Fovea

Introduction

About the Game

"Fovea" is a one player platform game. The plot is a palimpsest of the “Divine Comedy” from Dante Alighieri and depicts an encounter between a curious explorer - Hermes - and Erebus, an artful and cruel watcher from the underworld who convinces Hermes into a trip to hell. Hermes quickly realizes that there is no turning back and has to use his skills to cross the nine dreadful infernal circles and discover the way out.

About Dante Alighieri

Italian poet, born at Florence, 1265; died at Ravenna, Italy, 14 September, 1321. He was the son of Alighiero di Bellincione Alighieri, a notary belonging to an ancient but decadent Guelph family, by his first wife, Bella, who was possibly a daughter of Durante di Scolaio Abati, a Ghibelline noble. In 1317 (according to the more probable chronology) Dante settled at Ravenna, at the invitation of Guido Novello da Polenta.
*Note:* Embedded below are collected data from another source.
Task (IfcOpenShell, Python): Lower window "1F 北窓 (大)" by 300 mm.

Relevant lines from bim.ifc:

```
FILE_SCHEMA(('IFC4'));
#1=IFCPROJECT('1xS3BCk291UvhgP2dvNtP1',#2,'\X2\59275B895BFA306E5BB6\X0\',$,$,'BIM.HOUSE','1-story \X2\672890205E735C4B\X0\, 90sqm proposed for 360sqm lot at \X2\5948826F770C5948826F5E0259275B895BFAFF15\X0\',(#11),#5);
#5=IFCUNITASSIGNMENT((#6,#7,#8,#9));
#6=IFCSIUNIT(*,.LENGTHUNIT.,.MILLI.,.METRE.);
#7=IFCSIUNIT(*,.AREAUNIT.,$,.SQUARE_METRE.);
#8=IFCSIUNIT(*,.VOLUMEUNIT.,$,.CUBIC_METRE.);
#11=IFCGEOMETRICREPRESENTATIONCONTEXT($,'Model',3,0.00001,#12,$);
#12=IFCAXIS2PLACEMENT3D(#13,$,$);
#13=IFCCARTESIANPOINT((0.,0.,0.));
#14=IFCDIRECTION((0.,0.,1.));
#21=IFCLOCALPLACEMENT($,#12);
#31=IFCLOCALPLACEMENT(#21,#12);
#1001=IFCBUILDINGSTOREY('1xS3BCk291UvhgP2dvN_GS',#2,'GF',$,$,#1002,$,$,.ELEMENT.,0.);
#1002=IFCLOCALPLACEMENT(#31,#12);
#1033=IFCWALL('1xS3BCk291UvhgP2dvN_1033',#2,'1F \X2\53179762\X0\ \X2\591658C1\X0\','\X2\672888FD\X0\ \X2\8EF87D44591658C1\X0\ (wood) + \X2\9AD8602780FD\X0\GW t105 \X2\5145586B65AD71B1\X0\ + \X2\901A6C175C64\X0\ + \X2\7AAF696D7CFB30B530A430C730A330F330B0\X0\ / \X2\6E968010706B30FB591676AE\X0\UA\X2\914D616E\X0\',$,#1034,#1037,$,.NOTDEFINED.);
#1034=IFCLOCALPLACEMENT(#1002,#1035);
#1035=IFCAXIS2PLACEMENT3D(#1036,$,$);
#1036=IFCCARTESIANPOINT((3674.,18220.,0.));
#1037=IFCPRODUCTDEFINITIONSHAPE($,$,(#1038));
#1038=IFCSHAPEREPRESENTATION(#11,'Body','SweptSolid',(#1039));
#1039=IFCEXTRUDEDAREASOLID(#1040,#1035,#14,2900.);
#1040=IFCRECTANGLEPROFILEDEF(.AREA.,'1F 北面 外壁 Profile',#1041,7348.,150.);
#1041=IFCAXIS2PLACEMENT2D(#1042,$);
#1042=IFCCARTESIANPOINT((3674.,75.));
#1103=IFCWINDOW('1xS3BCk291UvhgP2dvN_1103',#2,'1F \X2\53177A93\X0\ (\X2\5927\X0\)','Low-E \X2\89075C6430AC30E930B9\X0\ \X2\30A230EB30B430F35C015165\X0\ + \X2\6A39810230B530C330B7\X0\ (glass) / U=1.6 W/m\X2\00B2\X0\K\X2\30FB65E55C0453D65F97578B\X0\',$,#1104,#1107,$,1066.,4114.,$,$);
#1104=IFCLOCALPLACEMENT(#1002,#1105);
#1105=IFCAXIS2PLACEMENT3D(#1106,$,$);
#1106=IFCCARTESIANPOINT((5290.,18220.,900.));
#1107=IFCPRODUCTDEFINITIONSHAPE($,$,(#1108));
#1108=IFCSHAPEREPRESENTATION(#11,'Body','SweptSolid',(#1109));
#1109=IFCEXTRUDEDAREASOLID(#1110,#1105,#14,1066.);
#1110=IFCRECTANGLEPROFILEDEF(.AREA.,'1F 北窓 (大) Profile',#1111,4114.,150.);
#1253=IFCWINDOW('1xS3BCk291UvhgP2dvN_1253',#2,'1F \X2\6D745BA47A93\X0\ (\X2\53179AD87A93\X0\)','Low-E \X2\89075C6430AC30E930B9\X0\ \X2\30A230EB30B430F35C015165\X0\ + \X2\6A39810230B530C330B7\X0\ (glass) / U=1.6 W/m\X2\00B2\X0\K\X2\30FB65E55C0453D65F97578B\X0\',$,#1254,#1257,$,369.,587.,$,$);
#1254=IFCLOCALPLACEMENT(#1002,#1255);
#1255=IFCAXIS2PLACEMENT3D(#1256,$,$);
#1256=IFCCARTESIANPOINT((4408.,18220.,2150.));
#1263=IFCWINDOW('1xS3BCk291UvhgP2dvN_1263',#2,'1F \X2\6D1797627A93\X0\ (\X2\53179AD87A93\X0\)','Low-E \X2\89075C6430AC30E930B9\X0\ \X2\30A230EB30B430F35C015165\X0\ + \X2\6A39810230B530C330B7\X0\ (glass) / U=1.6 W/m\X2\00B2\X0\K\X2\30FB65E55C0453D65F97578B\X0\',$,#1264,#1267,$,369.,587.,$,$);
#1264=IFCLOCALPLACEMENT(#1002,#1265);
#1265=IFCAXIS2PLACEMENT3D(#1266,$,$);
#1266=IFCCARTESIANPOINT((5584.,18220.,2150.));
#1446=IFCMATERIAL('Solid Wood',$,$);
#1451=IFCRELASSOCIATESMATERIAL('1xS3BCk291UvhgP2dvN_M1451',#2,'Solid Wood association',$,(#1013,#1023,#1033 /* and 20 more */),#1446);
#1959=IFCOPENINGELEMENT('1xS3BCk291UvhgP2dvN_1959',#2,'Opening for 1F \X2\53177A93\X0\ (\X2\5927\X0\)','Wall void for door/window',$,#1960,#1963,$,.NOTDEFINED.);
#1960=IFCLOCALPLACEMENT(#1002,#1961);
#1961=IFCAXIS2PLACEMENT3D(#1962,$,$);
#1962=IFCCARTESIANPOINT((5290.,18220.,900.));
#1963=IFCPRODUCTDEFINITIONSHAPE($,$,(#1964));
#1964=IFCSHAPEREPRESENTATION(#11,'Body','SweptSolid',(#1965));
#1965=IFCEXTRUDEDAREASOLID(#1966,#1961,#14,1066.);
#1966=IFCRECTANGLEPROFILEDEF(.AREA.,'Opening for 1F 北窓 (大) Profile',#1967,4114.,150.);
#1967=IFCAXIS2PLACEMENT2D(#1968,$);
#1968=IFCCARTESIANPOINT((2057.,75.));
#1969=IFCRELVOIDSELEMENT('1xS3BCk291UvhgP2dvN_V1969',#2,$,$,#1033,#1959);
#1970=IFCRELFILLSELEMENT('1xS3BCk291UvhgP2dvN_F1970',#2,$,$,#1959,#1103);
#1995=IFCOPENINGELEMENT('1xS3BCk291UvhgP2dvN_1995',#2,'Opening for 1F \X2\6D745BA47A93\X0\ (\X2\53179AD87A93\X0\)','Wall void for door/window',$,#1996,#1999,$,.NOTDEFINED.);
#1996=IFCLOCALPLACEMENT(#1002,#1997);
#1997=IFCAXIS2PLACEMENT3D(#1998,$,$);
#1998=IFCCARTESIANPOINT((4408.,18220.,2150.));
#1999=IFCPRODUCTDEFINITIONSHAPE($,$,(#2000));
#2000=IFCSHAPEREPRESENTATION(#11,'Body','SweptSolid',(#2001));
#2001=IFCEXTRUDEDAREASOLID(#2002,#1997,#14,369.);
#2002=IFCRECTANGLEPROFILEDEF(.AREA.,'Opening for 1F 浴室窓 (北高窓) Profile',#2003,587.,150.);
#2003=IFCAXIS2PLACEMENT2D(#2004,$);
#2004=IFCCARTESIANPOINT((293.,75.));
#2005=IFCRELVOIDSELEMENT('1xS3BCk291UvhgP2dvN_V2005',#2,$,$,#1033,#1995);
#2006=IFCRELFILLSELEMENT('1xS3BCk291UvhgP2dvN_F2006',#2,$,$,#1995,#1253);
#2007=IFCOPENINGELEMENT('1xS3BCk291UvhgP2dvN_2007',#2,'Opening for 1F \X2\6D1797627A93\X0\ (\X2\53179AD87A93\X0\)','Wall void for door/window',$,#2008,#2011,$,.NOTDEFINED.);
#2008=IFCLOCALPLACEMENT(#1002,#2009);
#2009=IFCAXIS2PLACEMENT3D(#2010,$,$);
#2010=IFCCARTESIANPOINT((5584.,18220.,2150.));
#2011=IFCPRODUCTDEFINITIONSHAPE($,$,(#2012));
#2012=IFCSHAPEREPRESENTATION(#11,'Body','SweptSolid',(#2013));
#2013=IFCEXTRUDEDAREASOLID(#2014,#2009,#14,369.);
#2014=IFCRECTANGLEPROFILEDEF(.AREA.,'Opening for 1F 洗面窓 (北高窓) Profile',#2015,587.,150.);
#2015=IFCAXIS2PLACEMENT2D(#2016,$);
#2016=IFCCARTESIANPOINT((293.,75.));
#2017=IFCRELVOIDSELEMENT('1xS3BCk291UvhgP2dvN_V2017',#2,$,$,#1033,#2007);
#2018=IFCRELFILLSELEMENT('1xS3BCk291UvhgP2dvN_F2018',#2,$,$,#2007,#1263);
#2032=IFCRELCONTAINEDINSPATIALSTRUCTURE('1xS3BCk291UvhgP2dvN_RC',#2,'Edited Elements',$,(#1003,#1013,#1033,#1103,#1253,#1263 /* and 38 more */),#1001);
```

```python
import numpy as np
import ifcopenshell
import ifcopenshell.api.geometry
import ifcopenshell.util.placement
import ifcopenshell.util.unit

model = ifcopenshell.open("bim.ifc")
unit_scale = ifcopenshell.util.unit.calculate_unit_scale(model)

window = model.by_id(1103)
opening = window.FillsVoids[0].RelatingOpeningElement
dz = -0.3 / unit_scale

shift = np.array([0.0, 0.0, dz])
# The window is not placed relative to its opening, so move both.
for product in (opening, window):
    matrix = ifcopenshell.util.placement.get_local_placement(product.ObjectPlacement)
    matrix[:3, 3] += shift
    ifcopenshell.api.geometry.edit_object_placement(model, product=product, matrix=matrix, is_si=False)

print(f"moved by {dz * unit_scale:+.3f} m")

model.write("bim_edited.ifc")
```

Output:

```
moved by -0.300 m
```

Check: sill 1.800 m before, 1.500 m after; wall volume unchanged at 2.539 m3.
Here he completed the "Divine Comedy". In 1319 the "Inferno" and "Purgatorio" were already generally known while the "Paradiso" was still unfinished.

About the Divine Comedy

The "Divine Comedy" is an allegory of human life, in the form of a vision of the world beyond the grave, written avowedly with the object of converting a corrupt society to righteousness: "to remove those living in this life from the state of misery, and lead them to the state of felicity".

It is composed of a hundred cantos, written in the measure known as terza rima, with its normally hendecasyllabic lines and closely linked rhymes, which Dante so modified from the popular poetry of his day that it may be regarded as his own invention.

He is relating, nearly twenty years after the event, a vision which was granted to him (for his own salvation when leading a sinful life) during the year of jubilee, 1300, in which for seven days (beginning on the morning of Good Friday) he passed through hell, purgatory, and paradise, spoke with the souls in each realm, and heard what the Providence of God had in store for himself and to world.

The framework of the poem presents the dual scheme of the "De Monarchiâ" transfigured. Virgil, representing human philosophy acting in accordance with the moral and intellectual virtues, guides Dante by the light of natural reason from the dark wood of alienation from God (where the beasts of lust pride, and avarice drive man back from ascending the Mountain of the Lord), through hell and purgatory to the earthly paradise, the state of temporal felicity, when spiritual liberty has been regained by the purgatorial pains.

Beatrice, representing Divine philosophy illuminated by revelation, leads him thence, up through the nine moving heavens of intellectual preparation, into the true paradise, the spaceless and timeless empyrean, in which the blessedness of eternal life is found in the fruition of the sight of God. There her place is taken by St. Bernard, type of the loving contemplation in which the eternal life of the soul consists, who commends him to the Blessed Virgin, at whose intercession he obtains a foretaste of the Beatific Vision, the poem closing with all powers of knowing and loving fulfilled and consumed in the union of the understanding with the Divine Essence, the will made one with the Divine Will, "the Love that moves the sun and the other stars".